There's almost nothing to say because it's just such a self-evidently good idea.
It's high time we start seeing software understand that data identity as totally severable from data location -- and if our existing tools can't do it, we're gonna start seeing more and more clever hacks like this to make it happen.
(This (or bifrost, the upstream) should probably not be using md5 in this day and age though! sha384 and blake2 are both much, much better choices, and immune to length extension issues. sha512 is also fine, as long as the content length is also tracked.)
> It's high time we start seeing software understand that data identity as totally severable from data location -- and if our existing tools can't do it, we're gonna start seeing more and more clever hacks like this to make it happen.
I believe it was Alan Kay who said, "names don't scale". We've known about this problem for a half century. wget should be a semi-intelligent software agent, so that we humans can free up mental resources for the truly difficult problems.
The problem with MD5 here is the relatively poor collision resistance, not the length extension.
Length extension allows you to calculate the final hash of appended data without knowing the original data. H(secret + data) is vulnerable because you can calculate H(secret + data + extra) without knowing secret. The solution here is to use an HMAC, and in this case MD5 is still sufficient. It doesn't apply to the post's context at all.
SHA256 is sufficient to verify a file hasn't changed. The next step up would be to sign the file with a PGP key, which allows you to verify the source as well.
Ultimately to be on the safe side against all scenarios including chosen plaintext attacks and ensure integrity you'll need an authenticated encryption with encrypt-then-mac scheme. What always remains opens is the key sharing and identity management.
You don't need encryption to provide integrity. What you want is a hash function that has no collision, and the shaX functions do that perfectly.
The only attacks that can happen are if someone gives you a wrong hash; which means we need to secure the hash distribution, but there's no need to secure the content distribution. Unless you want an encrypted distribution, but that's a whole another topic.
That's not really the point. With SHA1/MD5 etc you may only ensure integrity against random non-malicious errors. But think of a malicious attacker targeting existential forgery using chosen message attack where she may change both the message and the hash.
Don't think I'm missing your idea to secure only the hash distribution, but you simply delay the same problem one step ahead. So you decouple the hashes [h{1}, h{2}, ... h{n}] from the contents (or messages) they are derived from. [m{1}, m{2}.. m{n}) and you think you may ensure the secure distribution of the hashes without their "messages". Now in recursion your new "content" are now those hashes which require their own confidentiality and integrity check which may better be done using an authenticated encryption with mac. Ultimately an attacker may simply forge hashes and provide contents for them.
Think of 10K of linux distro files with hashes being the target of a malicious government who wants to install modified versions of those files.

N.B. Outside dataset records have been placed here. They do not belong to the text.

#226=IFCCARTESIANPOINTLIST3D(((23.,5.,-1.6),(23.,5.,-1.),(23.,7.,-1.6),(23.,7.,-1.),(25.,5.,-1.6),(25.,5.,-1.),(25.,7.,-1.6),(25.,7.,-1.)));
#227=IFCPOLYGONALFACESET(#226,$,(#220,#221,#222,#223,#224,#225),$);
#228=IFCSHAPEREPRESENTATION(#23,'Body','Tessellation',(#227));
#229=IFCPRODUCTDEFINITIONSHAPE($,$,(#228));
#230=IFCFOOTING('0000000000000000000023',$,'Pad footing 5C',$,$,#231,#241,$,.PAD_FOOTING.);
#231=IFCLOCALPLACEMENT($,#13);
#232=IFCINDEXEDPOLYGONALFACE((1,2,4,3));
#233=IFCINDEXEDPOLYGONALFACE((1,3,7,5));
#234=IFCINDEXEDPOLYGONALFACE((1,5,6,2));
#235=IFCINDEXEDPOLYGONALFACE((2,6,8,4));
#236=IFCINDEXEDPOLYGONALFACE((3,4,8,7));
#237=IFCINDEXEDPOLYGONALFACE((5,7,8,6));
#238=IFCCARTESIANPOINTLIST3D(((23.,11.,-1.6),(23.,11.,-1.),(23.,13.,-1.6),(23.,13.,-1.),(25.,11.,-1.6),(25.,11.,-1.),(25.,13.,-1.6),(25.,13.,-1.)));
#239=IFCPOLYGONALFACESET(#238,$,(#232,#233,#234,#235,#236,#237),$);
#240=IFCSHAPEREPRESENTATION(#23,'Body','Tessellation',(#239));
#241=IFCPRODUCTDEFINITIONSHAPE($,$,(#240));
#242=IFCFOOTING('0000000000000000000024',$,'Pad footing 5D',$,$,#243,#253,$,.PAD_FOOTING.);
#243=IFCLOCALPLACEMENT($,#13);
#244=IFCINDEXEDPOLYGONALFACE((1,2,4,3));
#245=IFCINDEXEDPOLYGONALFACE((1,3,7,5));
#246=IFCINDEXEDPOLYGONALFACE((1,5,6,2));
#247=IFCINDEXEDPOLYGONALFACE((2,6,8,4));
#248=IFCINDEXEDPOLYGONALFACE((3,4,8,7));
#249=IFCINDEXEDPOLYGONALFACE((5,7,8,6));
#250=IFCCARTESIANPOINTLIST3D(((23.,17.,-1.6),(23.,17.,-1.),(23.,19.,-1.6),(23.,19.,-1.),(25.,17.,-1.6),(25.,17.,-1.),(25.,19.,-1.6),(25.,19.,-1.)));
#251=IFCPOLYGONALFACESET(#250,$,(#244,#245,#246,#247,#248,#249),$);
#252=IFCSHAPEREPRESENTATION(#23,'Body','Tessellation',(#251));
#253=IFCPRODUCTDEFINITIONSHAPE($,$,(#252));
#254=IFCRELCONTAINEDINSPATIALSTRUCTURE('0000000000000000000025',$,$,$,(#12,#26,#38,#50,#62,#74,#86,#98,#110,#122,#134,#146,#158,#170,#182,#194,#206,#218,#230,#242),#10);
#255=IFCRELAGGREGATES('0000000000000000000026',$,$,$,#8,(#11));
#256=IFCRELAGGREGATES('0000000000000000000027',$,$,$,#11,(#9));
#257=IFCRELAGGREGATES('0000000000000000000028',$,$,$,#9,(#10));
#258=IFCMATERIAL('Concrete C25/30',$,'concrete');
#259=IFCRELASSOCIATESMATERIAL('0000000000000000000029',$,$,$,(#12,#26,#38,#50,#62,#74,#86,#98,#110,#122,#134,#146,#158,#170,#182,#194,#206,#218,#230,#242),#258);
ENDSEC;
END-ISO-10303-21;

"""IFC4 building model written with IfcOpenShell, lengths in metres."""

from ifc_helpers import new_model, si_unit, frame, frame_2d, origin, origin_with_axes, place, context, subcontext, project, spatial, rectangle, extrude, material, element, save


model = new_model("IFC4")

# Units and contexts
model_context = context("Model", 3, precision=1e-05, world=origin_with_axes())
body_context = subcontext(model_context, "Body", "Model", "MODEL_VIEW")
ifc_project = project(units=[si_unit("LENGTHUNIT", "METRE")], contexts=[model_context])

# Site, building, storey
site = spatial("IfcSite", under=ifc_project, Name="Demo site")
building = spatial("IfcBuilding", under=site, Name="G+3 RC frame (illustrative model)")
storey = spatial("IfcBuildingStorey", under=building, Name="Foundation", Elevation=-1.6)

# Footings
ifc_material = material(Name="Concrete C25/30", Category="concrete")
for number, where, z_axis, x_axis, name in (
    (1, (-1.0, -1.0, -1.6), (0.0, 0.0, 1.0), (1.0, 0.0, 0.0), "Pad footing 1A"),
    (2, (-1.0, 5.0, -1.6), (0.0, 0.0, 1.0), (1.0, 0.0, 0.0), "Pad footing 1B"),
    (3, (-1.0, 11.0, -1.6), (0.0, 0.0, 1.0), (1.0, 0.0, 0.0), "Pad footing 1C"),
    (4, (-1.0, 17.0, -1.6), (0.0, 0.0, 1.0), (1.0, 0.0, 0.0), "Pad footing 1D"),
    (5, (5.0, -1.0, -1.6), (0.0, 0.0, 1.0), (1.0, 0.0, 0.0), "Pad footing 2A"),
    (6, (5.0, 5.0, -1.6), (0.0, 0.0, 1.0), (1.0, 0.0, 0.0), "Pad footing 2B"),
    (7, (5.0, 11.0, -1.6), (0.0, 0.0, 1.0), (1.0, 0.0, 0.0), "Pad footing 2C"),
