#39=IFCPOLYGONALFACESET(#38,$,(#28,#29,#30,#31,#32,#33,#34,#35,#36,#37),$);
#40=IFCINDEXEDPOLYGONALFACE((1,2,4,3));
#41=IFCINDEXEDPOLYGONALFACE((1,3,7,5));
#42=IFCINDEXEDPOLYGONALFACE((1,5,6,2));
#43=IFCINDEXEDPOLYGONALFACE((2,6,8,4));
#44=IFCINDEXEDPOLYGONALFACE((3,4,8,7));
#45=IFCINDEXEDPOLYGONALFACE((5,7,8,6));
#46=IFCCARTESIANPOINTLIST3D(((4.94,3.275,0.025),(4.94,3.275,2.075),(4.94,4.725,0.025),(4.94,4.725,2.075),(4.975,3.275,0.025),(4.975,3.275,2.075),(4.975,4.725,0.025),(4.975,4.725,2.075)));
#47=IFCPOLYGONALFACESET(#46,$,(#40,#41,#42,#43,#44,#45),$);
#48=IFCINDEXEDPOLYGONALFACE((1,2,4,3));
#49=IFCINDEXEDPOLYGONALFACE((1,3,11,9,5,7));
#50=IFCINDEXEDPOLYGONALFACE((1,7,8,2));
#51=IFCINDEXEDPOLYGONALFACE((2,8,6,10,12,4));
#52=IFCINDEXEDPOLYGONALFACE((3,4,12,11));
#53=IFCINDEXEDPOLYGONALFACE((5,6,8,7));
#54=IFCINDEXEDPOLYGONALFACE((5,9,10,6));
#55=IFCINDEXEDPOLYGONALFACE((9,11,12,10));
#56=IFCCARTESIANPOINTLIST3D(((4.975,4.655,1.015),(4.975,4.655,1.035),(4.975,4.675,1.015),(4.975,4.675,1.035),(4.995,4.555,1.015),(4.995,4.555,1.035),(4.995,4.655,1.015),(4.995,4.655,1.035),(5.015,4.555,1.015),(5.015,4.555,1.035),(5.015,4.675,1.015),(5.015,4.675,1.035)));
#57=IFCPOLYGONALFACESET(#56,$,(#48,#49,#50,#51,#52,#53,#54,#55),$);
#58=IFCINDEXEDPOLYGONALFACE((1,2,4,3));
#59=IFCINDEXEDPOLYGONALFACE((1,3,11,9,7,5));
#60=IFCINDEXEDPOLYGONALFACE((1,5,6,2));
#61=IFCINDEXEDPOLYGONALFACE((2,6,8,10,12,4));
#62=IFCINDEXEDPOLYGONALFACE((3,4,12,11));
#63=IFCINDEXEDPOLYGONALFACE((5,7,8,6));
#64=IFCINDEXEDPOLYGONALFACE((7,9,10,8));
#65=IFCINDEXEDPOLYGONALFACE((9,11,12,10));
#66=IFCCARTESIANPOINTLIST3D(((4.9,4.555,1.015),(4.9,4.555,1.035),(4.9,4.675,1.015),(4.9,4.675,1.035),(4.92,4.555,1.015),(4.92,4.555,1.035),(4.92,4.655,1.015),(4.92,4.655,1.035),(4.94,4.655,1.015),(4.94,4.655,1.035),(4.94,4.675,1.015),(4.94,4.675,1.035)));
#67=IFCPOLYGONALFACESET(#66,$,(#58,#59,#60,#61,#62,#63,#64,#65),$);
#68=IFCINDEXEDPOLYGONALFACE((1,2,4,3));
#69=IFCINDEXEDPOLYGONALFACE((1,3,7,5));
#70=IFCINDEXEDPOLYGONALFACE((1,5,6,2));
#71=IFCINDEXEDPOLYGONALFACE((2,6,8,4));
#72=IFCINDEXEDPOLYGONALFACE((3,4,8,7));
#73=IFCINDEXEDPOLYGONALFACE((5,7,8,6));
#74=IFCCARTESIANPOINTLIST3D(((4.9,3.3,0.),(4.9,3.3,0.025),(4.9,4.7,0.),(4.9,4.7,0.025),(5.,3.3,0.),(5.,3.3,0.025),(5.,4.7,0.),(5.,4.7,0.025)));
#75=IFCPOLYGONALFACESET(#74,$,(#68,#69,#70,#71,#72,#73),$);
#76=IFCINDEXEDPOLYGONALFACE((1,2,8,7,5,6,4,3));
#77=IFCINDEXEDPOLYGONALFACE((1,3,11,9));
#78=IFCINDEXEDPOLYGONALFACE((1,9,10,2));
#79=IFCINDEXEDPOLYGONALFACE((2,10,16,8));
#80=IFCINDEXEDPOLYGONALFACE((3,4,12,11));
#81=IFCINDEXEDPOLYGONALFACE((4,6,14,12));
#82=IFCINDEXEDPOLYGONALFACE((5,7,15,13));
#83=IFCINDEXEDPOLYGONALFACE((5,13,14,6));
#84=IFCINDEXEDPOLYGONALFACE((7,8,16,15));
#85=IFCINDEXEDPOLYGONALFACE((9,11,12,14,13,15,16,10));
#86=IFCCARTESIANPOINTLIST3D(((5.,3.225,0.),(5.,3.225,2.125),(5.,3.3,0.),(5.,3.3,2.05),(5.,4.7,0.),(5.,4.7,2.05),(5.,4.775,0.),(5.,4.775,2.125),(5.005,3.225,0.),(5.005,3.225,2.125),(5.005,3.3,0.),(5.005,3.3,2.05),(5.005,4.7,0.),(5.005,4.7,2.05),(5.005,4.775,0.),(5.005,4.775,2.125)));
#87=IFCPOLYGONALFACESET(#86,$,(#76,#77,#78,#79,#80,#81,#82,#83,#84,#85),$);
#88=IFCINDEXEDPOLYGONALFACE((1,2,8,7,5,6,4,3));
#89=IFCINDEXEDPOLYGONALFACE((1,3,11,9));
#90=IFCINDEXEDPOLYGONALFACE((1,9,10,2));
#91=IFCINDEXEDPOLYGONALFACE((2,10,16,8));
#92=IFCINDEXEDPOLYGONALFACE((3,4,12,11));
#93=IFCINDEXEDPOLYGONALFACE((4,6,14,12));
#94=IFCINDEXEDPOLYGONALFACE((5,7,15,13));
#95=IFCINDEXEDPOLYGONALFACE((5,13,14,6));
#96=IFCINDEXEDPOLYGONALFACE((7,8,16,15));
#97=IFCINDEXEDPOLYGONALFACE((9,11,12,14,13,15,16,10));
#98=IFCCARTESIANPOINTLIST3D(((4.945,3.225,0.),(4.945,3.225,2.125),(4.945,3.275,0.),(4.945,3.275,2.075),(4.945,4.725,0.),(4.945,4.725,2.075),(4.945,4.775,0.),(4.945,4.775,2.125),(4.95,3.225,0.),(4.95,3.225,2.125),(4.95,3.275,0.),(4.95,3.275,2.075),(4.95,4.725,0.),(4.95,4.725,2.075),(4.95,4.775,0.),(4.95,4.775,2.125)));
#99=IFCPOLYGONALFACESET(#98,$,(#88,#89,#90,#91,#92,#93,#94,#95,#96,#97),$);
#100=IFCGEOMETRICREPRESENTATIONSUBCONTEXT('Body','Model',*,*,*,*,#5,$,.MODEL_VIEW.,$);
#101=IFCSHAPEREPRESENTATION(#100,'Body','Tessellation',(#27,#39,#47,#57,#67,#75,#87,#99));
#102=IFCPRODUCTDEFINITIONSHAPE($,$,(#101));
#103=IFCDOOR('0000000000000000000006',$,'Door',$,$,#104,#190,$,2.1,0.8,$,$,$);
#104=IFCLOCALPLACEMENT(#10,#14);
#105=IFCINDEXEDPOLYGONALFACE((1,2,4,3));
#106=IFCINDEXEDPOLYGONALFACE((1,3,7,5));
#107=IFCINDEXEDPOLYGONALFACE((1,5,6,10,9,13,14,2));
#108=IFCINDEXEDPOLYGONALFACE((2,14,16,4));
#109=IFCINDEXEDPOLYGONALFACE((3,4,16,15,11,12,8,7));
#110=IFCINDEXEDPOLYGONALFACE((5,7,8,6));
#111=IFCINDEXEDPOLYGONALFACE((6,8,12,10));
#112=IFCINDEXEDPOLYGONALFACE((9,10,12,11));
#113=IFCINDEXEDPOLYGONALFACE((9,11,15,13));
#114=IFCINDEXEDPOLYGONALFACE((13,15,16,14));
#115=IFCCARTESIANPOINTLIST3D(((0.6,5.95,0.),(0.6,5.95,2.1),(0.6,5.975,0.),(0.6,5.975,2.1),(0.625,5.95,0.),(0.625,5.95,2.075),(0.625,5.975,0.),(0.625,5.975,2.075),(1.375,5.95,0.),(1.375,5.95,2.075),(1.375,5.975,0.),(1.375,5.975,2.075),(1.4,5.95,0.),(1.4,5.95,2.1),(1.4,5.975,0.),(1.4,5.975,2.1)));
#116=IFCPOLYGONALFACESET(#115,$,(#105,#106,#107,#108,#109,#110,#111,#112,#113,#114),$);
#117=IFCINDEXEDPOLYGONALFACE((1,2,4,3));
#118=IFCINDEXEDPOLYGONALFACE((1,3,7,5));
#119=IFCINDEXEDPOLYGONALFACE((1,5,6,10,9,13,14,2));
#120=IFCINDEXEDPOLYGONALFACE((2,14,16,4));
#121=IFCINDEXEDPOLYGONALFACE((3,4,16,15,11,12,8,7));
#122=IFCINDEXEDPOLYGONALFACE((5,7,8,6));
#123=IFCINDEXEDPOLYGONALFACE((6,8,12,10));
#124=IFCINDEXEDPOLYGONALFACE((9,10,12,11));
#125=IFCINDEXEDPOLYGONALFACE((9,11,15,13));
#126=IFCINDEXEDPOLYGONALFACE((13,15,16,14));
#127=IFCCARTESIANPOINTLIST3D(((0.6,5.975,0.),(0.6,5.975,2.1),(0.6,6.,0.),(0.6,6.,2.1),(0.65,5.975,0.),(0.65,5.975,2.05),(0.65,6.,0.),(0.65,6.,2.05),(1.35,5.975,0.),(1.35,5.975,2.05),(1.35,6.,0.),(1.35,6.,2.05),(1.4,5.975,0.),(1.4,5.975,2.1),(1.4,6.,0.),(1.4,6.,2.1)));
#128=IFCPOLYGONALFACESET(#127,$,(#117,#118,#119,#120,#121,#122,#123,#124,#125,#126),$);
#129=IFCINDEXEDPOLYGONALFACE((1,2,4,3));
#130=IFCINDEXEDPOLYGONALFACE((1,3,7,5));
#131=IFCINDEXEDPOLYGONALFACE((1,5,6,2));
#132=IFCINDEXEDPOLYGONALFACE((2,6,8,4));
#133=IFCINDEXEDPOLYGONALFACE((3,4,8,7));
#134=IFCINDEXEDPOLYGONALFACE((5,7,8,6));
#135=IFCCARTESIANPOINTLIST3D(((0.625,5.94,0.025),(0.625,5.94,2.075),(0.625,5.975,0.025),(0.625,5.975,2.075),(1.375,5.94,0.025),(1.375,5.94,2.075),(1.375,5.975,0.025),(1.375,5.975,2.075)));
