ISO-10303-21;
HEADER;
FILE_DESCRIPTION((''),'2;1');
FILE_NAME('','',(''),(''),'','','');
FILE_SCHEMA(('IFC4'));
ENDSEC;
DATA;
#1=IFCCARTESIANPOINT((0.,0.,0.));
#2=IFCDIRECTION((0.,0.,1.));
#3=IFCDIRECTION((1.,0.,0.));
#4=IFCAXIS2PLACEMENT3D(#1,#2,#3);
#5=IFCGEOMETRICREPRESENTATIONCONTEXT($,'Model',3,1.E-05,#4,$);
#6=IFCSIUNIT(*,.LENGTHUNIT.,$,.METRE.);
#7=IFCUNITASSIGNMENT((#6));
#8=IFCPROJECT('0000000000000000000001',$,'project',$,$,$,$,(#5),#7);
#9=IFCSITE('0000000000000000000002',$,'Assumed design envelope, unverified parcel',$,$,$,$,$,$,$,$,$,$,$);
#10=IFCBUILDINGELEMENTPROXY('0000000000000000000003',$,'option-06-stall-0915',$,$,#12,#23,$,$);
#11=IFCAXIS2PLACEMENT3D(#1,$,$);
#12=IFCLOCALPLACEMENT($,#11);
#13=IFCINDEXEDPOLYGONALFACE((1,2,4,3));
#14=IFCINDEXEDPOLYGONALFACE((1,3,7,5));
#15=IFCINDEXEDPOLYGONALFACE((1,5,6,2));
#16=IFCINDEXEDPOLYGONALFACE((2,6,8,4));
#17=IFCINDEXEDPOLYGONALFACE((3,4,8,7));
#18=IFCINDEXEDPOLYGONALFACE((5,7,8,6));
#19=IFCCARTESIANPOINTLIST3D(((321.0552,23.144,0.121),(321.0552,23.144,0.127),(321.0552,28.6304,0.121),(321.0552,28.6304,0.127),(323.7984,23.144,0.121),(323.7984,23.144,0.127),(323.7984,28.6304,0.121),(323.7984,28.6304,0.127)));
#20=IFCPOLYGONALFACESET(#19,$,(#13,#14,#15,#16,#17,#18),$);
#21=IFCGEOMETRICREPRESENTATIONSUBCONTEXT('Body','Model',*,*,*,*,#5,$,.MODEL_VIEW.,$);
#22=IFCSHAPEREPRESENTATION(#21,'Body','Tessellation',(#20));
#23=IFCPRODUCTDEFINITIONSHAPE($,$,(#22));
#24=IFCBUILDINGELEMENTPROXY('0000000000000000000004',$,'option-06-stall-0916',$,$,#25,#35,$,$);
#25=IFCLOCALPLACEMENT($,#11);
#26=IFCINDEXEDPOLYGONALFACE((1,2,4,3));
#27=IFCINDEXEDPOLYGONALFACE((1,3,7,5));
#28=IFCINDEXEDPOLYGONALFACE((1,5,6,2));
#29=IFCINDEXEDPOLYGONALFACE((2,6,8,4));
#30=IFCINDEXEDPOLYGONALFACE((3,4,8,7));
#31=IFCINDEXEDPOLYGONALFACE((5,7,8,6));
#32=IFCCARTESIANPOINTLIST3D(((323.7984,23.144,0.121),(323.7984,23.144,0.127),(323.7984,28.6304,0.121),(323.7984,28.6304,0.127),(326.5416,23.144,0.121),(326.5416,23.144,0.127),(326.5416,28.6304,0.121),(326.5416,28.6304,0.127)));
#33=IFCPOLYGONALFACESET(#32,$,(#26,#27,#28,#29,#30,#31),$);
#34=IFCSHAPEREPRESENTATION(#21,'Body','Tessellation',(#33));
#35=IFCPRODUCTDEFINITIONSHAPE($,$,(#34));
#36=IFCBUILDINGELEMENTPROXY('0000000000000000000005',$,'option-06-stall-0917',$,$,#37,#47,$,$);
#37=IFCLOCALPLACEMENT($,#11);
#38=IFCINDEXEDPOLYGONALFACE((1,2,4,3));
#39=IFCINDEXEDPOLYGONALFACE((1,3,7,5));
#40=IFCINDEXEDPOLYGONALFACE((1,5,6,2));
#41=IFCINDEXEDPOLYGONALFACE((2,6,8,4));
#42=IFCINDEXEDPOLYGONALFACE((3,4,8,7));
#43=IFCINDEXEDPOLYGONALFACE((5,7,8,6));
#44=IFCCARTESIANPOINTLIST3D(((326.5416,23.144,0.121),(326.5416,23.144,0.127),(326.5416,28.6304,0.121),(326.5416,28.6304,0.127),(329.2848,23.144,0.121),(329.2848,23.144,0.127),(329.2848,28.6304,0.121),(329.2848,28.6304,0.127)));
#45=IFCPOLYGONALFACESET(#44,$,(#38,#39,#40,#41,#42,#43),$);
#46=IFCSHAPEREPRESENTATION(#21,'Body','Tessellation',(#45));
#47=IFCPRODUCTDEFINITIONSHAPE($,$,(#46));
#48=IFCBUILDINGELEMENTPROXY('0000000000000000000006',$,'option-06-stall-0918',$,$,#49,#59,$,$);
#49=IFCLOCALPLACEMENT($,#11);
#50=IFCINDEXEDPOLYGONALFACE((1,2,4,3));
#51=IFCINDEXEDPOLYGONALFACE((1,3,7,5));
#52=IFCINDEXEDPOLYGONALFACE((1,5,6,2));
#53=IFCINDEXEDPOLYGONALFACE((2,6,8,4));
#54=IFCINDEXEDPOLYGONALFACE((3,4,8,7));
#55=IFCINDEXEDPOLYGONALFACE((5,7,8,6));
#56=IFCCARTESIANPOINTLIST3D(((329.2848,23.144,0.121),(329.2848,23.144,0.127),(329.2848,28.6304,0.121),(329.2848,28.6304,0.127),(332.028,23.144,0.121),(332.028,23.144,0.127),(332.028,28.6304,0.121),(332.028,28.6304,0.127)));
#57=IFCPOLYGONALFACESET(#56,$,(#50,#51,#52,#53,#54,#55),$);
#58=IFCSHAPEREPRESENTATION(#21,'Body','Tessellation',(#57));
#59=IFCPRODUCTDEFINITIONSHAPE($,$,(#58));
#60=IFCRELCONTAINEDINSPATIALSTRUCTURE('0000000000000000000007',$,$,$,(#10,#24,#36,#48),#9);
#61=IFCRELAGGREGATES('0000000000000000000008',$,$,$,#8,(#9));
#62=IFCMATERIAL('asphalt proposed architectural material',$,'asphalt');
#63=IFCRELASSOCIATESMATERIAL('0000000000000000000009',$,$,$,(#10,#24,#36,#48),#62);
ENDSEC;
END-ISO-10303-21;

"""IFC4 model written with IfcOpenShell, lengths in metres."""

from ifc_helpers import new_model, si_unit, frame, origin_with_axes, place, context, subcontext, project, spatial, rectangle, extrude, material, element, save


model = new_model("IFC4")

# Units and contexts
model_context = context("Model", 3, precision=1e-05, world=origin_with_axes())
body_context = subcontext(model_context, "Body", "Model", "MODEL_VIEW")
ifc_project = project(units=[si_unit("LENGTHUNIT", "METRE")], contexts=[model_context])

# Site
site = spatial("IfcSite", under=ifc_project, Name="Assumed design envelope, unverified parcel")

# Building element proxies
ifc_material = material(Name="asphalt proposed architectural material", Category="asphalt")
for number, where, z_axis, x_axis, name in (
    (1, (322.4268, 25.8872, 0.121), (0.0, 0.0, 1.0), (1.0, 0.0, 0.0), "option-06-stall-0915"),
    (2, (325.17, 25.8872, 0.121), (0.0, 0.0, 1.0), (1.0, 0.0, 0.0), "option-06-stall-0916"),
    (3, (327.9132, 25.8872, 0.121), (0.0, 0.0, 1.0), (1.0, 0.0, 0.0), "option-06-stall-0917"),
    (4, (330.6564, 25.8872, 0.121), (0.0, 0.0, 1.0), (1.0, 0.0, 0.0), "option-06-stall-0918"),
):
    element("IfcBuildingElementProxy", number, at=place(None, frame(where, z_axis=z_axis, x_axis=x_axis)), inside=site, material=ifc_material, Name=name, context=body_context, shape_type="SweptSolid", body=[
        extrude(rectangle(XDim=2.7432, YDim=5.4864), origin_with_axes(), (0.0, 0.0, 1.0), 0.006),
    ])

save(model, "model.ifc")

Only SHAx etc won't help you to achieve "integrity". At some point you need secure hashes or macs (which are hashes secured with keys).
The SHA-2 family (namely SHA-224, SHA-256, SHA-384, SHA-512) are good candidates, and probably SHA-3 too. Let's stop recommending and start phasing out SHA-1 (and definitely never use SHA-0); nobody's demonstrated a collision yet, but it could well be coming. SHA-1 has been deprecated by NIST since 2010; new applications shouldn't use it.
Basically a big problem that we struggle with is that the level above URIs was never implemented. There was supposed to be one more level for an identifier that would always point to a resource no matter how the underlying structure of it changed. nearly 25 years later and we just now have the infrastructure in place to actually try to accomplish this using DOIs and the like.
I wonder if it could look for `${currentAddress%$filename}md5sums.txt` (or similar) as that's often where an md5sum for a file is, and then comparing that, rather than downloading the whole file and hoping for the best?
This is really cool. I wonder if there's any place for DHT here... except with links to the files being shared rather than the file content themselves.
It's high time we start seeing software understand that data identity as totally severable from data location -- and if our existing tools can't do it, we're gonna start seeing more and more clever hacks like this to make it happen.
(This (or bifrost, the upstream) should probably not be using md5 in this day and age though! sha384 and blake2 are both much, much better choices, and immune to length extension issues. sha512 is also fine, as long as the content length is also tracked.)